Task to carry out:
The entries below contain a line with "#69=IFCINDEXEDPOLYGONALFACE((1,5,6,2));" and a line with "#78=IFCINDEXEDPOLYGONALFACE((2,6,8,4));". Retype exactly everything from the first down to the second, both included, and nothing else.

_ _ _ _ _

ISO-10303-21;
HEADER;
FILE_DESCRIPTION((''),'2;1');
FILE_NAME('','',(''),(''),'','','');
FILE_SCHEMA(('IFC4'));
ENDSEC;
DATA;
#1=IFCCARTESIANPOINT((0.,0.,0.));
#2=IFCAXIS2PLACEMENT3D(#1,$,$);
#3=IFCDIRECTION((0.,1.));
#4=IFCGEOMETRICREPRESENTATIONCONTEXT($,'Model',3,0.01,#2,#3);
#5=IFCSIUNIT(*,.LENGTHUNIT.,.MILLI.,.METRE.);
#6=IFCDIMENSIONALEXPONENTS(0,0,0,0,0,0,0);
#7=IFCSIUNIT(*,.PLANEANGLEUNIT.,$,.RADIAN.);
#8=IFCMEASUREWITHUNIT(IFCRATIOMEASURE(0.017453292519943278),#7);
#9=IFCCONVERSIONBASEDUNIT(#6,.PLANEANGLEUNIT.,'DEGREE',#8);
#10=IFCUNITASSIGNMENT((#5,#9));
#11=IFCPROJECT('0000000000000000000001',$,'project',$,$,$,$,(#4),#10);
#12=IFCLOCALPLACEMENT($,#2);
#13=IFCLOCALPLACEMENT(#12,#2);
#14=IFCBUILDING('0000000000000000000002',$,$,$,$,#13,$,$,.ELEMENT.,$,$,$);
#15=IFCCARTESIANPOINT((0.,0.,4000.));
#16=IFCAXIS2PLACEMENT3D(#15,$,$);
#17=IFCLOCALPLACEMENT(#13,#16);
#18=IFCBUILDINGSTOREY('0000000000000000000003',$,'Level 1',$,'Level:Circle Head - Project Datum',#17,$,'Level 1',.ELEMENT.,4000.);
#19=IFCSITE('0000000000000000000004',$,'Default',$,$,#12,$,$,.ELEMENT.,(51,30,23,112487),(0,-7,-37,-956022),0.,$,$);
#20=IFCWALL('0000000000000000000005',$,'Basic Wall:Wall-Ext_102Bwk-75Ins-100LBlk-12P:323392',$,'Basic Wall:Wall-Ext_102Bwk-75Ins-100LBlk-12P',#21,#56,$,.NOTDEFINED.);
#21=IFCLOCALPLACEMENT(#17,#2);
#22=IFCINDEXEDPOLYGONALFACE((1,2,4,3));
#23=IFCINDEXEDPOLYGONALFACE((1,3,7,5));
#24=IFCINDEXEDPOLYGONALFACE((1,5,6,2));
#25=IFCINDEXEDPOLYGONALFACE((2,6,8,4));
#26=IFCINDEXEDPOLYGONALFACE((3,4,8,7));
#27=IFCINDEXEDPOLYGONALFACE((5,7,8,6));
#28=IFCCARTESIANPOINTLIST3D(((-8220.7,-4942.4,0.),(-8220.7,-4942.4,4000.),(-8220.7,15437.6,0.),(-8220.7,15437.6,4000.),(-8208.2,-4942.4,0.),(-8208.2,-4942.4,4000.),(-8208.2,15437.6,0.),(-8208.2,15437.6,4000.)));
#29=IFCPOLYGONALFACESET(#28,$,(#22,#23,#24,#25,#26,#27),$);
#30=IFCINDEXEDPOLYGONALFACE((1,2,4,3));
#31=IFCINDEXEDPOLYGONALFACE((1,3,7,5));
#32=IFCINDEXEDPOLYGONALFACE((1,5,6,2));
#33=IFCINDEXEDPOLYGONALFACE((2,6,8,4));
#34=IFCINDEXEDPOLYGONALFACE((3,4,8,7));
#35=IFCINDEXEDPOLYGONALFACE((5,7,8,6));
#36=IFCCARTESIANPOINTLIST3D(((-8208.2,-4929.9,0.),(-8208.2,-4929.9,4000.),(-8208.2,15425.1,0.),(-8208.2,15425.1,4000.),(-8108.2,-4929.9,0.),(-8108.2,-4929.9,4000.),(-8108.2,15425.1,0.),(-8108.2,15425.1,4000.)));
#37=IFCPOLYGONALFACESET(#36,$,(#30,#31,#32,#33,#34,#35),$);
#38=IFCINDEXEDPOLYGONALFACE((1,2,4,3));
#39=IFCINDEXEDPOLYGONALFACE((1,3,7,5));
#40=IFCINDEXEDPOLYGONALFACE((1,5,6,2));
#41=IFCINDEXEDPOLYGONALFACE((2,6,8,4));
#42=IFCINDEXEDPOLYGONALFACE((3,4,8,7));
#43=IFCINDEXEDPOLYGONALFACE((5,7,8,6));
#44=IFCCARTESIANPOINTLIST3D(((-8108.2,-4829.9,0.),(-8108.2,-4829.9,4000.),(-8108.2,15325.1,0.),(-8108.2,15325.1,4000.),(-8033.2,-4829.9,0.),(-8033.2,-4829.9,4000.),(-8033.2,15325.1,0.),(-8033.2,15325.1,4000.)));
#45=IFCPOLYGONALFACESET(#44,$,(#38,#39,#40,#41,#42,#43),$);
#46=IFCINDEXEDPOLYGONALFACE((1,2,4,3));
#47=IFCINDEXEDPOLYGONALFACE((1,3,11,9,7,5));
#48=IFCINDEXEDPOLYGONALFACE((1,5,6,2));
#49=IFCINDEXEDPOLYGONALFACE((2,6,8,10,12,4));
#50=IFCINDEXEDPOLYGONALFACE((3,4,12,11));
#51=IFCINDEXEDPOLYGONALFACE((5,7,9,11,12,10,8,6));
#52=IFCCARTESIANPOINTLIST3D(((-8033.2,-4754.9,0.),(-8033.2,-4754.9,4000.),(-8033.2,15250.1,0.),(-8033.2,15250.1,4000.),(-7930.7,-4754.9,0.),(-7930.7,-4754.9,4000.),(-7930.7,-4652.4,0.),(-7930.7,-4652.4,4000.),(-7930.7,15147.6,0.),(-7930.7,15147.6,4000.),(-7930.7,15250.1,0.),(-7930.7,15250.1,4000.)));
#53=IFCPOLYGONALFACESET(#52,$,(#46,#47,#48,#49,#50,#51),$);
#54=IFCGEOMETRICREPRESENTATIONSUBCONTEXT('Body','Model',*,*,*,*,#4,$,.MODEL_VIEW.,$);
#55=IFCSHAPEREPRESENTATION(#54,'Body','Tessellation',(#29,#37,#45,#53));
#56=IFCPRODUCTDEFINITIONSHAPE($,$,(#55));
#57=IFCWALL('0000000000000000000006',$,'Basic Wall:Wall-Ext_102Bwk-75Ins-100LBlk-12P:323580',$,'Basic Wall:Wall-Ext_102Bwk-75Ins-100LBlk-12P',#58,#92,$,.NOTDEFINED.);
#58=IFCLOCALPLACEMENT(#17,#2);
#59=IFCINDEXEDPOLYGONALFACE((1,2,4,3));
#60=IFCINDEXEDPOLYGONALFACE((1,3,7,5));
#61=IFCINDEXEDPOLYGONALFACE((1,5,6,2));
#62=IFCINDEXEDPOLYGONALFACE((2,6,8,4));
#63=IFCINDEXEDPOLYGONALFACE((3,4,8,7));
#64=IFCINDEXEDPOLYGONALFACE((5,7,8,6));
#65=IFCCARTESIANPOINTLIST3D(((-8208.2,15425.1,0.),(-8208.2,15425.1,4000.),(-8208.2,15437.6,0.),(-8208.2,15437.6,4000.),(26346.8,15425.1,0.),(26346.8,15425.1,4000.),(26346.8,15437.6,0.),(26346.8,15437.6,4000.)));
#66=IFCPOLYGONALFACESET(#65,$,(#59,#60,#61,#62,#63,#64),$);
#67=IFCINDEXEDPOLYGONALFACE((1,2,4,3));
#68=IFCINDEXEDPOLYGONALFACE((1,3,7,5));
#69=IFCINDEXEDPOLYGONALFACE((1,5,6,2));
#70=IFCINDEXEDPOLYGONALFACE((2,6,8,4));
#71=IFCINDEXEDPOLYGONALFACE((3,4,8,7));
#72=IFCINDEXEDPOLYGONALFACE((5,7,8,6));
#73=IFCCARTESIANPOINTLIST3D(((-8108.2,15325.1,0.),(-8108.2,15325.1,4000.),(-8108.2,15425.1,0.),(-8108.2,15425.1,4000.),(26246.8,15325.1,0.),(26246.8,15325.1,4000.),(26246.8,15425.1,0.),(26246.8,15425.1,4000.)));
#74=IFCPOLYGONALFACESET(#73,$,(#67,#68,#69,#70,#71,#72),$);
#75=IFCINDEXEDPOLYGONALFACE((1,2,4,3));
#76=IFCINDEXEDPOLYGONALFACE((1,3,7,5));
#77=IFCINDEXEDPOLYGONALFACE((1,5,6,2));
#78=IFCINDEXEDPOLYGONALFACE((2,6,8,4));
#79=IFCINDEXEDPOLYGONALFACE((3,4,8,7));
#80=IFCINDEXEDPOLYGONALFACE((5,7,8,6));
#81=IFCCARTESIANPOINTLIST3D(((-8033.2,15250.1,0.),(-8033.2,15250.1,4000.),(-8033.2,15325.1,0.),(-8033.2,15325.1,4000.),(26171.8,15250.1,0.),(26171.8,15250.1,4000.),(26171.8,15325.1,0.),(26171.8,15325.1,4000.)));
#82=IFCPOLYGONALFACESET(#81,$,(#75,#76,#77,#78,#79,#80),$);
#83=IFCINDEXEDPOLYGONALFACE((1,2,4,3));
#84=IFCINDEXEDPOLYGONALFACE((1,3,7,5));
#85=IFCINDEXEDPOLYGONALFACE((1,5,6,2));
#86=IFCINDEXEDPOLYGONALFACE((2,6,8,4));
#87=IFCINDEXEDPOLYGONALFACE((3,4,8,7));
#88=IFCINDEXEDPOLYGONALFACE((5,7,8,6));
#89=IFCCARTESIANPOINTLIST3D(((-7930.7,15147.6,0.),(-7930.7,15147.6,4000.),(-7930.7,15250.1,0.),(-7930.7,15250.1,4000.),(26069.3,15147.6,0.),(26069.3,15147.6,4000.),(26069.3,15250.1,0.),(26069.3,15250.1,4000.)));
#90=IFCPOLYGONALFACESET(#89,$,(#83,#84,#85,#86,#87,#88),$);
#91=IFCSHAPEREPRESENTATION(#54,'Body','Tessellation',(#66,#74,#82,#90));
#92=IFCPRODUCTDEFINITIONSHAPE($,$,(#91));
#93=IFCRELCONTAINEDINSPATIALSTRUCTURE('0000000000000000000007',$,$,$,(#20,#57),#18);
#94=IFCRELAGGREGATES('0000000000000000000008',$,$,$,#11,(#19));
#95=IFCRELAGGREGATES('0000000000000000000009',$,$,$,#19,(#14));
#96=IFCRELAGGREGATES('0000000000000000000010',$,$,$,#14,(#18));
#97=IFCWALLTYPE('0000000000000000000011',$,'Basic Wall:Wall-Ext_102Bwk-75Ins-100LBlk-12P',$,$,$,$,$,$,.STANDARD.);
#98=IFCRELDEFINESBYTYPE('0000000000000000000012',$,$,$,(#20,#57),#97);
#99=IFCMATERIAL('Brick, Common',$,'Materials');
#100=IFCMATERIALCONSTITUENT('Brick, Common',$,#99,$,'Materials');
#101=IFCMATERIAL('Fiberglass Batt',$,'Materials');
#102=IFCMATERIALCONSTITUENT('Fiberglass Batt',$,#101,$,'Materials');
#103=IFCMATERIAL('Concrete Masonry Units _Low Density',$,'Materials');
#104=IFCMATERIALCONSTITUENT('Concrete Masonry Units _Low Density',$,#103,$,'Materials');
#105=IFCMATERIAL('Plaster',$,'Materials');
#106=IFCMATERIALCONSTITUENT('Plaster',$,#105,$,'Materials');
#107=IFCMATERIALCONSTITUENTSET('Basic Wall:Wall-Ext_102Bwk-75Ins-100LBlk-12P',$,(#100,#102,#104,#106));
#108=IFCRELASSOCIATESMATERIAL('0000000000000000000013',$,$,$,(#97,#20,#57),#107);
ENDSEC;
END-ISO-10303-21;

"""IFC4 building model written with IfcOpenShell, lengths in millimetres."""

from ifc_helpers import new_model, entity, si_unit, converted_unit, direction, frame, origin, place, context, subcontext, project, spatial, indexed_curve, outline, extrude, material, constituent, constituent_set, type_object, element, save


model = new_model("IFC4")

# Units and contexts
model_context = context("Model", 3, precision=0.01, world=origin(), true_north=direction((0.0, 1.0)))
body_context = subcontext(model_context, "Body", "Model", "MODEL_VIEW")
ifc_project = project(units=[si_unit("LENGTHUNIT", "METRE", prefix="MILLI"), converted_unit("PLANEANGLEUNIT", "DEGREE", entity("IfcRatioMeasure", 0.017453292519943278), si_unit("PLANEANGLEUNIT", "RADIAN"), dimensions=[0, 0, 0, 0, 0, 0, 0])], contexts=[model_context])

# Site, building, storey
site_placement = place(None, origin())
site = spatial("IfcSite", under=ifc_project, at=site_placement, Name="Default", CompositionType="ELEMENT", RefLatitude=(51, 30, 23, 112487), RefLongitude=(0, -7, -37, -956022), RefElevation=0.0)
building_placement = place(site_placement, origin())
building = spatial("IfcBuilding", under=site, at=building_placement, CompositionType="ELEMENT")
storey_placement = place(building_placement, frame((0.0, 0.0, 4000.0)))
storey = spatial("IfcBuildingStorey", under=building, at=storey_placement, Name="Level 1", ObjectType="Level:Circle Head - Project Datum", LongName="Level 1", CompositionType="ELEMENT", Elevation=4000.0)

# Walls
ifc_material_1 = material(Name="Brick, Common", Category="Materials")
ifc_constituent_1 = constituent(ifc_material_1, Name="Brick, Common", Category="Materials")
ifc_material_2 = material(Name="Fiberglass Batt", Category="Materials")
ifc_constituent_2 = constituent(ifc_material_2, Name="Fiberglass Batt", Category="Materials")
ifc_material_3 = material(Name="Concrete Masonry Units _Low Density", Category="Materials")
ifc_constituent_3 = constituent(ifc_material_3, Name="Concrete Masonry Units _Low Density", Category="Materials")
ifc_material_4 = material(Name="Plaster", Category="Materials")
ifc_constituent_4 = constituent(ifc_material_4, Name="Plaster", Category="Materials")
ifc_constituent_set_1 = constituent_set(constituents=[ifc_constituent_1, ifc_constituent_2, ifc_constituent_3, ifc_constituent_4], Name="Basic Wall:Wall-Ext_102Bwk-75Ins-100LBlk-12P")
wall_type = type_object("IfcWallType", Name="Basic Wall:Wall-Ext_102Bwk-75Ins-100LBlk-12P", PredefinedType="STANDARD", material=ifc_constituent_set_1)
wall_1_placement = place(storey_placement, frame((-8075.7, 15437.6, 0.0), z_axis=(0.0, 0.0, 1.0), x_axis=(0.0, -1.0, 0.0)))
element("IfcWall", 1, at=wall_1_placement, inside=storey, type_object=wall_type, material=ifc_constituent_set_1, Name="Basic Wall:Wall-Ext_102Bwk-75Ins-100LBlk-12P:323392", ObjectType="Basic Wall:Wall-Ext_102Bwk-75Ins-100LBlk-12P", PredefinedType="NOTDEFINED", context=body_context, shape_type="SweptSolid", body=[
    extrude(outline(indexed_curve([(-6.3, -10190.0), (6.2, -10190.0), (6.3, 10190.0), (-6.2, 10190.0), (-6.3, -10190.0)], self_intersect=False)), frame((10190.0, -138.7, 0.0), z_axis=(0.0, 0.0, 1.0), x_axis=(0.0, 1.0, 0.0)), (0.0, 0.0, 1.0), 4000.0),
    extrude(outline(indexed_curve([(-10177.5, -50.0), (10177.5, -50.0), (10177.5, 50.0), (-10177.5, 50.0), (-10177.5, -50.0)], self_intersect=False)), frame((10190.0, -82.5, 0.0)), (0.0, 0.0, 1.0), 4000.0),
    extrude(outline(indexed_curve([(-10077.5, -37.5), (10077.5, -37.5), (10077.5, 37.5), (-10077.5, 37.5), (-10077.5, -37.5)], self_intersect=False)), frame((10190.0, 5.0, 0.0)), (0.0, 0.0, 1.0), 4000.0),
    extrude(outline(indexed_curve([(-9900.0, -34.2), (9900.0, -34.2), (10002.5, -34.2), (10002.5, 68.3), (-10002.5, 68.3), (-10002.5, -34.2), (-9900.0, -34.2)], self_intersect=False)), frame((10190.0, 110.8, 0.0), z_axis=(0.0, 0.0, 1.0), x_axis=(-1.0, 0.0, 0.0)), (0.0, 0.0, 1.0), 4000.0),
])
wall_2_placement = place(storey_placement, frame((26069.3, 15292.6, 0.0), z_axis=(0.0, 0.0, 1.0), x_axis=(-1.0, 0.0, 0.0)))
element("IfcWall", 2, at=wall_2_placement, inside=storey, type_object=wall_type, material=ifc_constituent_set_1, Name="Basic Wall:Wall-Ext_102Bwk-75Ins-100LBlk-12P:323580", ObjectType="Basic Wall:Wall-Ext_102Bwk-75Ins-100LBlk-12P", PredefinedType="NOTDEFINED", context=body_context, shape_type="SweptSolid", body=[
    extrude(outline(indexed_curve([(-6.3, -17277.5), (6.2, -17277.5), (6.3, 17277.5), (-6.2, 17277.5), (-6.3, -17277.5)], self_intersect=False)), frame((17000.0, -138.7, 0.0), z_axis=(0.0, 0.0, 1.0), x_axis=(0.0, 1.0, 0.0)), (0.0, 0.0, 1.0), 4000.0),
    extrude(outline(indexed_curve([(-17177.5, -50.0), (17177.5, -50.0), (17177.5, 50.0), (-17177.5, 50.0), (-17177.5, -50.0)], self_intersect=False)), frame((17000.0, -82.5, 0.0)), (0.0, 0.0, 1.0), 4000.0),
    extrude(outline(indexed_curve([(-17102.5, -37.5), (17102.5, -37.5), (17102.5, 37.5), (-17102.5, 37.5), (-17102.5, -37.5)], self_intersect=False)), frame((17000.0, 5.0, 0.0)), (0.0, 0.0, 1.0), 4000.0),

_ _ _ _ _

Answer to the exercise:
#69=IFCINDEXEDPOLYGONALFACE((1,5,6,2));
#70=IFCINDEXEDPOLYGONALFACE((2,6,8,4));
#71=IFCINDEXEDPOLYGONALFACE((3,4,8,7));
#72=IFCINDEXEDPOLYGONALFACE((5,7,8,6));
#73=IFCCARTESIANPOINTLIST3D(((-8108.2,15325.1,0.),(-8108.2,15325.1,4000.),(-8108.2,15425.1,0.),(-8108.2,15425.1,4000.),(26246.8,15325.1,0.),(26246.8,15325.1,4000.),(26246.8,15425.1,0.),(26246.8,15425.1,4000.)));
#74=IFCPOLYGONALFACESET(#73,$,(#67,#68,#69,#70,#71,#72),$);
#75=IFCINDEXEDPOLYGONALFACE((1,2,4,3));
#76=IFCINDEXEDPOLYGONALFACE((1,3,7,5));
#77=IFCINDEXEDPOLYGONALFACE((1,5,6,2));
#78=IFCINDEXEDPOLYGONALFACE((2,6,8,4));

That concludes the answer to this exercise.